1\. There are certain milestones we have to meet before we can launch. We have
a great product, but we have some holes we have to fill. I can't get more
specific here.

2\. The leadership of the company is excellent. We're in trouble (in _my_
estimation only) because no startup can afford to have a key person take a
dive, and every developer is key.

3\. Thanks.

4\. Why is it this way? My understanding, and I could be mistaken, of the EIR
role is that it's someone who works at startups while sponsored and mentored
by the VC firm. I would be excellent in such a position, not now (and possibly
never) as an EIR-to-CEO, but as an EIR-to-senior developer (if such a thing
exists).

------
9oliYQjP
You haven't truly started a business until you've made your first sale. Sure,
this is an opinion, but it's one that I firmly believe in. From what I know of
people who "start businesses" these days, most end up not actually making any
money. It's a huge resource sink until they fail. Life isn't a Disney movie,
but failure isn't the end of the world either.

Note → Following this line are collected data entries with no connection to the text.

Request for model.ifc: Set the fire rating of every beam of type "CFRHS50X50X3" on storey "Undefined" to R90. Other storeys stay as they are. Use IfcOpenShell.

First a look at what the model holds.

```python
import ifcopenshell
import ifcopenshell.util.element

model = ifcopenshell.open("model.ifc")
print(model.schema)
storey = next(s for s in model.by_type("IfcBuildingStorey") if s.Name == "Undefined")
beams = [e for e in ifcopenshell.util.element.get_decomposition(storey) if e.is_a("IfcBeam")]
seen = {}
for e in beams:
    element_type = ifcopenshell.util.element.get_type(e)
    key = (element_type.Name if element_type != e and element_type else None, ifcopenshell.util.element.get_pset(e, "Pset_BeamCommon", "FireRating"))
    seen[key] = seen.get(key, 0) + 1
for (name, value), count in sorted(seen.items(), key=str):
    print(count, "x", name, "|", value)
```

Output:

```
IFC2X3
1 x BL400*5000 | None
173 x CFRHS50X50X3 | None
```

```python
import ifcopenshell
import ifcopenshell.api.pset
import ifcopenshell.util.element

model = ifcopenshell.open("model.ifc")

storey = next(s for s in model.by_type("IfcBuildingStorey") if s.Name == "Undefined")
beams = [e for e in ifcopenshell.util.element.get_decomposition(storey) if e.is_a("IfcBeam")]

count = 0
for e in beams:
    element_type = ifcopenshell.util.element.get_type(e)
    if element_type in (None, e) or element_type.Name != "CFRHS50X50X3":
        continue
    found = ifcopenshell.util.element.get_pset(e, "Pset_BeamCommon", should_inherit=False)
    if found:
        pset = model.by_id(found["id"])
        if len(ifcopenshell.util.element.get_elements_by_pset(pset)) > 1:
            pset = ifcopenshell.api.pset.unshare_pset(model, products=[e], pset=pset)[0]
    else:
        pset = ifcopenshell.api.pset.add_pset(model, product=e, name="Pset_BeamCommon")
    ifcopenshell.api.pset.edit_pset(model, pset=pset, properties={"FireRating": "R90"})
    count += 1

print(count, "beams updated")

model.write("model_edited.ifc")
```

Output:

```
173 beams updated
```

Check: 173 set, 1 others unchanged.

One thing you haven't mentioned at all is whether you think you will launch
and have a revenue stream. How are you going to make money? Do you have
customers lined up or just some hopes and prayers that people will flock to
your product/service once launched? The reason I ask is that I also firmly
believe (again an opinion) that when you do launch, you probably have another
2 or 3 years before you'll get your head above water financially.

I started a business when I was younger and failed (quit gracefully but the
trajectory was never headed up). I was hired by somebody I did business with;
and trust me when I tell you that on paper I am the prototype of mediocrity.
It was actually my mom who suggested that "maybe I stick it out in a real
company so I gain some experience". It was a comment that at the time was
piercing and hurtful but ultimately right. I did really well at that job,
realized I was better at some things than I expected, and that I was worse at
some things than I thought I was. I treated it as a learning experience, and
the money didn't hurt either.

A lot of companies would be happy to hire you. In their minds, you may not
have made it as an entrepreneur, but you'd make a great intrapreneur: someone
who is entrepreneurial minded and can succeed within the confines of a safe
sandbox which is the company.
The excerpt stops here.